The release of the NHI Bill has sparked huge debate, with battle lines being drawn between detractors and supporters. One of the issues with the Bill is that it generates more uncertainty even as it aims to set out exactly what NHI will do for the country going forward. Fedhealth has had the opportunity to explore the Bill in its context and would like to contribute to the debate.

UHC VS. NHI
The first, most important thing to emphasise is that Fedhealth unconditionally and categorically supports the concept of Universal Health Care (UHC). The idea that millions of South Africans don’t have access to decent healthcare is completely unacceptable; the notion that private sector funders are opposed to expanding access is therefore absurd.
In a country with South Africa’s social and economic inequalities, the more people who have access to private funding to cover healthcare expenditure, the better. Our government should be exploring ways to improve the mechanisms that exist rather than trying to create equality by bringing everyone down to the lowest service level. The wealth of data, experience and expertise that exists in the private sector funding sector should be built on rather than discarded.

Role of medical aids
Medical schemes are not for profit entities, similar to stokvels.
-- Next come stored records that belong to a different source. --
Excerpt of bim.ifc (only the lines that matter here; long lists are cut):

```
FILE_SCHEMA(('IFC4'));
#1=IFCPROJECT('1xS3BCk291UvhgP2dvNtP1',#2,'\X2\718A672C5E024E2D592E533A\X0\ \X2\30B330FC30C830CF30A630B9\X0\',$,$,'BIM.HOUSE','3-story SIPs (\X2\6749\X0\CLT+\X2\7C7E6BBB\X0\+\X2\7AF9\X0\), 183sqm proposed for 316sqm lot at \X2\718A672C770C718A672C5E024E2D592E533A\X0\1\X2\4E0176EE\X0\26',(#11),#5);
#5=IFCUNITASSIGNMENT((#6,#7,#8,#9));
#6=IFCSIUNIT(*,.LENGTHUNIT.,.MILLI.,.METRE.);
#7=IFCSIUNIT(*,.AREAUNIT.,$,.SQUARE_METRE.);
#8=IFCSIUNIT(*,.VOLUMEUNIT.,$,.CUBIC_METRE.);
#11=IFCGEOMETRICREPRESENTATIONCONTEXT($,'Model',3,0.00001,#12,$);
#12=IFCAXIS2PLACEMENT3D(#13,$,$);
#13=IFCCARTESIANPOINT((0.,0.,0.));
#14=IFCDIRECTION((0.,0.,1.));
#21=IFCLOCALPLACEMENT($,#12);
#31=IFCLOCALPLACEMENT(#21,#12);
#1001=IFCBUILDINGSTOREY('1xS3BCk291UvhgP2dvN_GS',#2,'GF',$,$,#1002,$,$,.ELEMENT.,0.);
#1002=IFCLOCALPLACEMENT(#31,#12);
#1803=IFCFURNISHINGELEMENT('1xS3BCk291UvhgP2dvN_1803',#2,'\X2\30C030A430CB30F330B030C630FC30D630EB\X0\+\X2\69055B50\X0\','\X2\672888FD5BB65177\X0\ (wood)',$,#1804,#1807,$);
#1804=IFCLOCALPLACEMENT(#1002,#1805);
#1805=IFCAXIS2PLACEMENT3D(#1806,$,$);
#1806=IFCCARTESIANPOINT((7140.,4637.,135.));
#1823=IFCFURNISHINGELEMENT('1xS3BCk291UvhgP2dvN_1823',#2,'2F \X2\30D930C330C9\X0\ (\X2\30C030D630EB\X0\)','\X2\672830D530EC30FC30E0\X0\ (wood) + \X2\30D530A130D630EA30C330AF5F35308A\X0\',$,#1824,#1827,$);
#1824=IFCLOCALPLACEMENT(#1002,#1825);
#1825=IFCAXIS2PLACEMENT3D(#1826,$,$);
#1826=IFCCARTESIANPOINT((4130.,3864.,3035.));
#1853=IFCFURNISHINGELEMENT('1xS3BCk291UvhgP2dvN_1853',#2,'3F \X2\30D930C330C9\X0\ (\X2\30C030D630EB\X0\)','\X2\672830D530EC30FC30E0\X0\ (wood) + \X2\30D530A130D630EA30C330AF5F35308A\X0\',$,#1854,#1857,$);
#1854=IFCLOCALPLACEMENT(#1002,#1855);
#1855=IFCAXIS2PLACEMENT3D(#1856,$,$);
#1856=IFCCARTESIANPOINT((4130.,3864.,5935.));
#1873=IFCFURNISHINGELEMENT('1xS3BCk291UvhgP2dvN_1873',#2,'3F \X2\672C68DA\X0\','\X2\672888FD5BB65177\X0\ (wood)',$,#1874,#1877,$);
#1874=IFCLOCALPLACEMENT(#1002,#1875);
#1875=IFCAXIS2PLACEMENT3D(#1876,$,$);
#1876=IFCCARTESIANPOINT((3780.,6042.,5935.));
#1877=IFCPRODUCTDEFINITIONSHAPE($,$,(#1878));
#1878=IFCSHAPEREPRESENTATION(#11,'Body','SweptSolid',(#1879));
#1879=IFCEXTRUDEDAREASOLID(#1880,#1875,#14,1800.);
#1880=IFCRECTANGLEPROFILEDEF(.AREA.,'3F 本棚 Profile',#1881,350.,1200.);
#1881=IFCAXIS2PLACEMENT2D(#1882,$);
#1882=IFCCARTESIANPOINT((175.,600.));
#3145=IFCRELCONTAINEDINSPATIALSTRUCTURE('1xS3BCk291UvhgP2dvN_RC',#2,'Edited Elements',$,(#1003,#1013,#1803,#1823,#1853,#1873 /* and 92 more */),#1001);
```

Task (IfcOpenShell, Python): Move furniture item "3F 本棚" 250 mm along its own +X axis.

```python
import ifcopenshell
import ifcopenshell.api.geometry
import ifcopenshell.util.placement
import ifcopenshell.util.unit

model = ifcopenshell.open("bim.ifc")
unit_scale = ifcopenshell.util.unit.calculate_unit_scale(model)

item = model.by_guid("1xS3BCk291UvhgP2dvN_1873")
matrix = ifcopenshell.util.placement.get_local_placement(item.ObjectPlacement)
matrix[:3, 3] += matrix[:3, 0] * 0.25 / unit_scale
ifcopenshell.api.geometry.edit_object_placement(model, product=item, matrix=matrix, is_si=False)

print(ifcopenshell.util.placement.get_local_placement(item.ObjectPlacement).round(3) + 0.0)

model.write("bim_rev.ifc")
```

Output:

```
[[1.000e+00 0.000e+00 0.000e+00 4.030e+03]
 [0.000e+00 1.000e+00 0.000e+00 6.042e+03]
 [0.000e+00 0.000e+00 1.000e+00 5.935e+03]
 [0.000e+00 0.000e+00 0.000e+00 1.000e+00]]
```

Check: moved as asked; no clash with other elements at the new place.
Members pay money to a fund that will assist them with medical related expenses. There is a strong sense of social solidarity in a medical scheme – a modest amount every month gives members access to massive healthcare value, in the process protecting their investments and assets.
Many South Africans seem to misunderstand the situation: schemes are seen as greedy profit chasing entities sitting on piles of money and not paying for simple treatment. The truth is that in 2017 alone, schemes paid out R160.6 billion towards the costs of many and varied ailments*. In order to remain sustainable, members need to contribute to these costs. If there were more lower-claiming members, costs would be lower, but healthier, lower claimers find little value in schemes, so they opt out. This in turn drives up the costs.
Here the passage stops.